The practicalities to accomplish this CABLE4 development is worth careful consideration. The proposed way forward would certainly work - however there are implied elements that make this highly ambitious (i.e. risky in terms of completion by early 2025). The time constraint is particularly concerning given a) the starting point of the various code bases, b) the status of ACCESS-CM3 and c) the general level of (research scientist) resourcing available.

Some notes:

  1. The aims of the work requires the development of the MAIN offline model (and specifically an offline-as-ACCESS configuration), an ESM1.6 and ACCESS3. The choice of going to an inline solution necessitates i) development of multiple interface layers (since the parent models are not equivalent and require different methods) and ii) testing within a coupled environment (which takes substantially more time).

  2. Any merge between CABLE-POP_TRENDY and MAIN will be a two way merge - implying routine testing of capability in at least two offline and two coupled environments. Test cases will need to be established for (at least) the capability of POP, POPLUC, C13 cycle, BLAZE(?), coordination hypothesis, mesophyll conductance and ground water, across a combination of offline GSWP3, offline TRENDY, ACCESS-ESM1.x and ACCESS3x applications.

  3. The two way merge would be both technical and science - and it’s likely that neither MAIN nor CABLE-POP_TRENDY will be the truth for all decisions (implying that the test cases themselves will evolve over time, and necessitating testing both ways). If nothing else this means that the scientists will need to be deeply involved the discussion/process at all times.
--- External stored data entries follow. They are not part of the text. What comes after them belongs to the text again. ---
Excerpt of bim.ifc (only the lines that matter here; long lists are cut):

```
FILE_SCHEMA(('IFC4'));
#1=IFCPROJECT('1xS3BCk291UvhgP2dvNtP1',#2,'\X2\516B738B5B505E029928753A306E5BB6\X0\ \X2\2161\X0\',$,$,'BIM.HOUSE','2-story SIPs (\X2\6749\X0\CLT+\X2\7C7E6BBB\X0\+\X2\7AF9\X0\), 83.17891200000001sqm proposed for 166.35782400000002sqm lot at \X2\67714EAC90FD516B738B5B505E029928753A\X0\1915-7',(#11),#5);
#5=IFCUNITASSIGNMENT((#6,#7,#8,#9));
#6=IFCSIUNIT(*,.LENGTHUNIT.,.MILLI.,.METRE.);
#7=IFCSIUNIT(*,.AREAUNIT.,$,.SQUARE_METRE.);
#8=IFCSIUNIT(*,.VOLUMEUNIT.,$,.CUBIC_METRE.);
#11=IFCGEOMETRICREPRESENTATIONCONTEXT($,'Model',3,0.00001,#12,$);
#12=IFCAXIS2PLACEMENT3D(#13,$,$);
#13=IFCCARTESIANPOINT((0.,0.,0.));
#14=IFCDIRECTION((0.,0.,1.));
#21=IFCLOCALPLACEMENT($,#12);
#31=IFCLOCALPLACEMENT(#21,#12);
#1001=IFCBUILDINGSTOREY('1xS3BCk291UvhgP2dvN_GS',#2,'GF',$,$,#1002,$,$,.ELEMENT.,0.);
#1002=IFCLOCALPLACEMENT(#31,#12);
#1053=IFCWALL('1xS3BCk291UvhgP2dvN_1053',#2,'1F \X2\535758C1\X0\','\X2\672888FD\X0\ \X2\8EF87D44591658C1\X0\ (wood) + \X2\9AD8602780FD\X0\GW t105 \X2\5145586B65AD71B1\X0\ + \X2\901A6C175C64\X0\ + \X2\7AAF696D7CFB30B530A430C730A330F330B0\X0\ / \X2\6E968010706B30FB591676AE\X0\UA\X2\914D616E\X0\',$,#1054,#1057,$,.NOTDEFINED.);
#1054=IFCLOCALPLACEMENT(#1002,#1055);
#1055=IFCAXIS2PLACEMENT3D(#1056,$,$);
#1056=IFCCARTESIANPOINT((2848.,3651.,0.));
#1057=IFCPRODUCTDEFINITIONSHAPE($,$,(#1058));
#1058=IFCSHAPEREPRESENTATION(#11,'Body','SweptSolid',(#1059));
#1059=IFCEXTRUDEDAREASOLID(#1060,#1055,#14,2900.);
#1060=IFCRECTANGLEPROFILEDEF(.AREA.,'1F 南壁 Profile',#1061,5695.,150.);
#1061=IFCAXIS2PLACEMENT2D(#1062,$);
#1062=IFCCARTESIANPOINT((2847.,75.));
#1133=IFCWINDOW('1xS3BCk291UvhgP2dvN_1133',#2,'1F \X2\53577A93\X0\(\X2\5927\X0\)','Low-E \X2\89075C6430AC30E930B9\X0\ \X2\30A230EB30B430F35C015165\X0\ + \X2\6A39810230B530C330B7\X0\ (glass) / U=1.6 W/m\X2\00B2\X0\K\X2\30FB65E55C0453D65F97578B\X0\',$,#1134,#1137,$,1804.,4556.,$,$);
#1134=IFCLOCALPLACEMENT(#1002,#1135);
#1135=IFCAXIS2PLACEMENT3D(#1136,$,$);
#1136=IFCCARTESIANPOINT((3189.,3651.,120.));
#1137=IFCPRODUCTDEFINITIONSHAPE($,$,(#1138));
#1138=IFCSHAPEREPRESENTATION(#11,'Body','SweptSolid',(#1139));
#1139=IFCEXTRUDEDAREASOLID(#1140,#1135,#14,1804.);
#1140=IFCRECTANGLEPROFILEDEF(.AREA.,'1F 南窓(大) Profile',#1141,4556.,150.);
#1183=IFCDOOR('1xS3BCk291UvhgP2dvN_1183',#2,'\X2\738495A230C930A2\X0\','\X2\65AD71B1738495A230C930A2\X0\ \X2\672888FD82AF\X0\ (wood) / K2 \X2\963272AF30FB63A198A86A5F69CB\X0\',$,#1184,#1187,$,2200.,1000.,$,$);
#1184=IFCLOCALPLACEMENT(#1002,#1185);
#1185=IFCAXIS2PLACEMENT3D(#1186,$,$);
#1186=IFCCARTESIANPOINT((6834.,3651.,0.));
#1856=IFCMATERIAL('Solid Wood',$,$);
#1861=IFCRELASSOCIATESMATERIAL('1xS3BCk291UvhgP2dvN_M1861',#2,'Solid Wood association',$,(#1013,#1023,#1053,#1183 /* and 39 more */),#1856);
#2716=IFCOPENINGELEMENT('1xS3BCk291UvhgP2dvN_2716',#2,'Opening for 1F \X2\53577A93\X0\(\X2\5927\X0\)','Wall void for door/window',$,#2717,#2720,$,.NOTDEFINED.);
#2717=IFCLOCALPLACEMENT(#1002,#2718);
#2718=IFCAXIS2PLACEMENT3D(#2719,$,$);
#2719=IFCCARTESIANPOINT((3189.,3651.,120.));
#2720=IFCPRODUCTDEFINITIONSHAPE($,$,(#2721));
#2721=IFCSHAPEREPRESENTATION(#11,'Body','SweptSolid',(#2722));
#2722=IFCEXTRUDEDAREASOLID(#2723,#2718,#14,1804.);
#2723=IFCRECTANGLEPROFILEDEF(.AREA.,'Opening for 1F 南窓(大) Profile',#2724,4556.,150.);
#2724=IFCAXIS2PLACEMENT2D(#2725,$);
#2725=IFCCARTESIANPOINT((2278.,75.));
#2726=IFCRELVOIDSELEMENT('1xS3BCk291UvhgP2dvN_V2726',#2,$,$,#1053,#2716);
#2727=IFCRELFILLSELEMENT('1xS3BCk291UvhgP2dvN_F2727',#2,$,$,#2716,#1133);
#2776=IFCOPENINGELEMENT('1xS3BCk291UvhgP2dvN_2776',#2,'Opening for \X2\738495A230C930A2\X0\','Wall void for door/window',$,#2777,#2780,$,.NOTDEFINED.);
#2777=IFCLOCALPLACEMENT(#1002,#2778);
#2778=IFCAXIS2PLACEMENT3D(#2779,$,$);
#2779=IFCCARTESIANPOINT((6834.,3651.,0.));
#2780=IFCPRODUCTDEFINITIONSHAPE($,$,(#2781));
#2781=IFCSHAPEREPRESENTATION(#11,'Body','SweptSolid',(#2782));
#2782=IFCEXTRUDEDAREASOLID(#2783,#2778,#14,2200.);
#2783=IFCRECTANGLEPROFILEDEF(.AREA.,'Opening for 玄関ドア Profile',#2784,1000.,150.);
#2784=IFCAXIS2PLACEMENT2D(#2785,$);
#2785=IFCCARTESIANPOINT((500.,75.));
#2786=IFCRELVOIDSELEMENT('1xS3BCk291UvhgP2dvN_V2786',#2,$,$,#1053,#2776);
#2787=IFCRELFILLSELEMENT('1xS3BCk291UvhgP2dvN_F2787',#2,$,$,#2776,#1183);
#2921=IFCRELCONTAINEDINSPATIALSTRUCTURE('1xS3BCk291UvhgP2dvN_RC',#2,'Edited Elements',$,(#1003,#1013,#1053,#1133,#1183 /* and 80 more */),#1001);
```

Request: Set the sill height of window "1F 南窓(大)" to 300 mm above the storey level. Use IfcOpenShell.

```python
import numpy as np
import ifcopenshell
import ifcopenshell.api.geometry
import ifcopenshell.geom
import ifcopenshell.util.element
import ifcopenshell.util.placement
import ifcopenshell.util.shape
import ifcopenshell.util.unit

model = ifcopenshell.open("bim.ifc")
unit_scale = ifcopenshell.util.unit.calculate_unit_scale(model)

window = model.by_guid("1xS3BCk291UvhgP2dvN_1133")
opening = window.FillsVoids[0].RelatingOpeningElement
storey = ifcopenshell.util.element.get_container(window, ifc_class="IfcBuildingStorey")
level = ifcopenshell.util.placement.get_local_placement(storey.ObjectPlacement)[2, 3]

# The opening's origin need not be at the sill, so measure its lowest point.
shape = ifcopenshell.geom.create_shape(ifcopenshell.geom.settings(), opening)
bottom = ifcopenshell.util.shape.get_shape_bottom_elevation(shape, shape.geometry) / unit_scale
dz = level + 300.0 - bottom

shift = np.array([0.0, 0.0, dz])
# The window is not placed relative to its opening, so move both.
for product in (opening, window):
    matrix = ifcopenshell.util.placement.get_local_placement(product.ObjectPlacement)
    matrix[:3, 3] += shift
    ifcopenshell.api.geometry.edit_object_placement(model, product=product, matrix=matrix, is_si=False)

print(f"moved by {dz * unit_scale:+.3f} m")

model.write("bim_edited.ifc")
```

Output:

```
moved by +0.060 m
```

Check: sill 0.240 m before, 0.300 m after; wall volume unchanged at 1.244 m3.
  4. From a practical perspective any merge will have to also consider the offline driver routines and MPI - substantive (multi-month) challenges in their own right.

  5. Code Reviews will definitely be needed - this slows things down, if only because multiple people need to be on top of the purpose of each bit of work.

  6. Our history of this kind of work indicates that this always takes a lot longer than initially thought (e.g. for CABLE3 into ESM1.5 there are differences in performance that we still do not understand why they have occurred nearly a year later) - and there is always a difficult challenge around determining when ‘close is good enough’.

  7. (I find that) Parallel work always fails to produce the hoped for speed up (decision making becomes more complicated, conflicts and distractions occur)

Having articulated this (sub)set of concerns though - it is not obvious what an alternate approach would be. This is because development of CABLE4 needs to be done from a codebase that can run POP and POPLUC.

However - noting that CABLE4 does not require CABLE-POP_TRENDY to be merged into MAIN nor be refactored - perhaps a way forward is to focus on build new developments onto CABLE-POP_TRENDY, and then a one way merge (new CABLE-POP_TRENDYMAIN), essentially leaving CABLE-POP_TRENDY unaltered, i.e.

  1. Essentially CABLE4-dev above - build new new developments around POP and POPLUC (i.e. configuration matching, processor-by-processor input) into CABLE-POP-TRENDY. Routine testing against CABLE-POP-TRENDY POP on/off.

  2. MAIN-dev - based off MAIN, pull only those elements of CABLE4-dev needed to enable POP and POPLUC into (a branch off) MAIN. Routine testing is done against MAIN and CABLE-POP-TRENDY without POP turned on, where land cover is equivalent to default POP land cover [a comparison between MAIN and CABLE-POP_TRENDY in this way is a necessary early test to see how important differences in the biophysics are], and against CABLE4-dev (POP on/off).
    Document instances where MAIN has been preferred over CABLE-POP_TRENDY.
    Note that the CABLE3 refactorisation, and other developments, imply that bitwise equivalence will not occur even if land cover is forced to be equivalent - so care will be needed when setting up test metrics.

  3. Alter land cover to be consistent with ACCESS - test.

  4. Move to tackle issues related to functioning in the coupled model(s) - variable allocation, offline spin up, pre-run splitting of POPs initial conditions, interface layers.

First thought: when do you tackle the refactorisation of CABLE-POP_TRENDY. Because MAIN_dev becomes a headache if, for every change, we want to bring across, we have to also remap it from one code organisation to the other.